EXERCISE AIM
Go through the entries below and copy each line that holds the word "Name".

++++++++

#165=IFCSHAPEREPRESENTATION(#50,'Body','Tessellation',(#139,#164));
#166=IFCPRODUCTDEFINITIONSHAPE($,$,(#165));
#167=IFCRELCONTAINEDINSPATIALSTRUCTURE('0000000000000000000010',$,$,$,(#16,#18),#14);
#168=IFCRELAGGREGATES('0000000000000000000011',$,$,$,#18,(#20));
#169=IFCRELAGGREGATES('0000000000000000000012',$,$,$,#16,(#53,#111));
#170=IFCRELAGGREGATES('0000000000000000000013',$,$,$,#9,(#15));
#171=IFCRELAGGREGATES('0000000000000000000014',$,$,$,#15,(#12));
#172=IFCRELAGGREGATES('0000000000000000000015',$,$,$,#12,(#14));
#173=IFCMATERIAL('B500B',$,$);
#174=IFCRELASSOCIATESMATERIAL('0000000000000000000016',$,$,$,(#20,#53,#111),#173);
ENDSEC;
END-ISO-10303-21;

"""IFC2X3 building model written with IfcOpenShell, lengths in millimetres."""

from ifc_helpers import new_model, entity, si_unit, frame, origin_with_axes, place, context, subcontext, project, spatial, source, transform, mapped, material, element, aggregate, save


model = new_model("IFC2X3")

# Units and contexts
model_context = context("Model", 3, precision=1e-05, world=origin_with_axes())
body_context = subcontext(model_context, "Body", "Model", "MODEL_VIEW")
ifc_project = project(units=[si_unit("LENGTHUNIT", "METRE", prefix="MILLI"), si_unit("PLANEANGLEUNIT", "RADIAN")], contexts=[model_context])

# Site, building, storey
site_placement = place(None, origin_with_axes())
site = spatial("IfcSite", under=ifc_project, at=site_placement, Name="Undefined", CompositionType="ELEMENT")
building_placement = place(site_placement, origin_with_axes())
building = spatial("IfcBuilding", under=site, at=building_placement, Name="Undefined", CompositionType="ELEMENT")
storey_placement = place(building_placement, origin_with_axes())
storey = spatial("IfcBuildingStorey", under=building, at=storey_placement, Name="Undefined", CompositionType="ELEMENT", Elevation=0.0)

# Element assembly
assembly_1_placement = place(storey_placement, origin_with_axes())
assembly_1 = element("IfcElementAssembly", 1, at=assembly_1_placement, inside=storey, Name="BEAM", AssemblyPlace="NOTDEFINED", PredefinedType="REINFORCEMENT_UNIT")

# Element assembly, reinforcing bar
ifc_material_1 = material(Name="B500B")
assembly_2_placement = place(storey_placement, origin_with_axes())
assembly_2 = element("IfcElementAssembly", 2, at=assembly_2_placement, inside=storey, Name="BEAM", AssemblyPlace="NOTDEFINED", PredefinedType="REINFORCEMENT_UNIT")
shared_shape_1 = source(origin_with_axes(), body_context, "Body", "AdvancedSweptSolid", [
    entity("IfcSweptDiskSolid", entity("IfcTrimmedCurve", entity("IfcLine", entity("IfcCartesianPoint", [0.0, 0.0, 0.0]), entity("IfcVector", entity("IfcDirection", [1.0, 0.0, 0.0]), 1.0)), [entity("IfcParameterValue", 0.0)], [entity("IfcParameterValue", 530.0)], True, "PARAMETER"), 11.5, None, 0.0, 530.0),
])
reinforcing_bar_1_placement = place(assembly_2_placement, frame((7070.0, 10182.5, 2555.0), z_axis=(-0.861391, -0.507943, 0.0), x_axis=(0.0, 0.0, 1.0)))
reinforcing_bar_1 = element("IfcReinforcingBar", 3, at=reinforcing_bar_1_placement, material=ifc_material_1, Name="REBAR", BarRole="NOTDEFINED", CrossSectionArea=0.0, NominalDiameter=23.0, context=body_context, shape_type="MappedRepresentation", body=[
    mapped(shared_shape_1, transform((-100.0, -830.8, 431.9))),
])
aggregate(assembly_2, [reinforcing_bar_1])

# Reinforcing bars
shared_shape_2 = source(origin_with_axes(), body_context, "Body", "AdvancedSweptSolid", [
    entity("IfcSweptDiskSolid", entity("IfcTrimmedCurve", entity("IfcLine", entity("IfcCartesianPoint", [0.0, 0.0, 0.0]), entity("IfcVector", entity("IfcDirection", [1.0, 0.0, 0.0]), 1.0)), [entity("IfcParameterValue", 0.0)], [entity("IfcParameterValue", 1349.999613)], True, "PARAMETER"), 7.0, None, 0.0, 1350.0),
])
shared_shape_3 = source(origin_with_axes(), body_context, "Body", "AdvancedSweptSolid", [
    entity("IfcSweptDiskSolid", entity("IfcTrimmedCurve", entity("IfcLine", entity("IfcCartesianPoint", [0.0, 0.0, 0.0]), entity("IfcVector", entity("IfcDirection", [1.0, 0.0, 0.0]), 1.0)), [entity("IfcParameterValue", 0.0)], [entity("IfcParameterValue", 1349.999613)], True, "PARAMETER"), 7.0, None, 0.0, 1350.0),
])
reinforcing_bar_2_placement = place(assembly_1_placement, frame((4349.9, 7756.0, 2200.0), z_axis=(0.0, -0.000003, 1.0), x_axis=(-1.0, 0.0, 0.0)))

++++++++

TASK ANSWER
site = spatial("IfcSite", under=ifc_project, at=site_placement, Name="Undefined", CompositionType="ELEMENT")
building = spatial("IfcBuilding", under=site, at=building_placement, Name="Undefined", CompositionType="ELEMENT")
storey = spatial("IfcBuildingStorey", under=building, at=storey_placement, Name="Undefined", CompositionType="ELEMENT", Elevation=0.0)
assembly_1 = element("IfcElementAssembly", 1, at=assembly_1_placement, inside=storey, Name="BEAM", AssemblyPlace="NOTDEFINED", PredefinedType="REINFORCEMENT_UNIT")
ifc_material_1 = material(Name="B500B")
assembly_2 = element("IfcElementAssembly", 2, at=assembly_2_placement, inside=storey, Name="BEAM", AssemblyPlace="NOTDEFINED", PredefinedType="REINFORCEMENT_UNIT")
reinforcing_bar_1 = element("IfcReinforcingBar", 3, at=reinforcing_bar_1_placement, material=ifc_material_1, Name="REBAR", BarRole="NOTDEFINED", CrossSectionArea=0.0, NominalDiameter=23.0, context=body_context, shape_type="MappedRepresentation", body=[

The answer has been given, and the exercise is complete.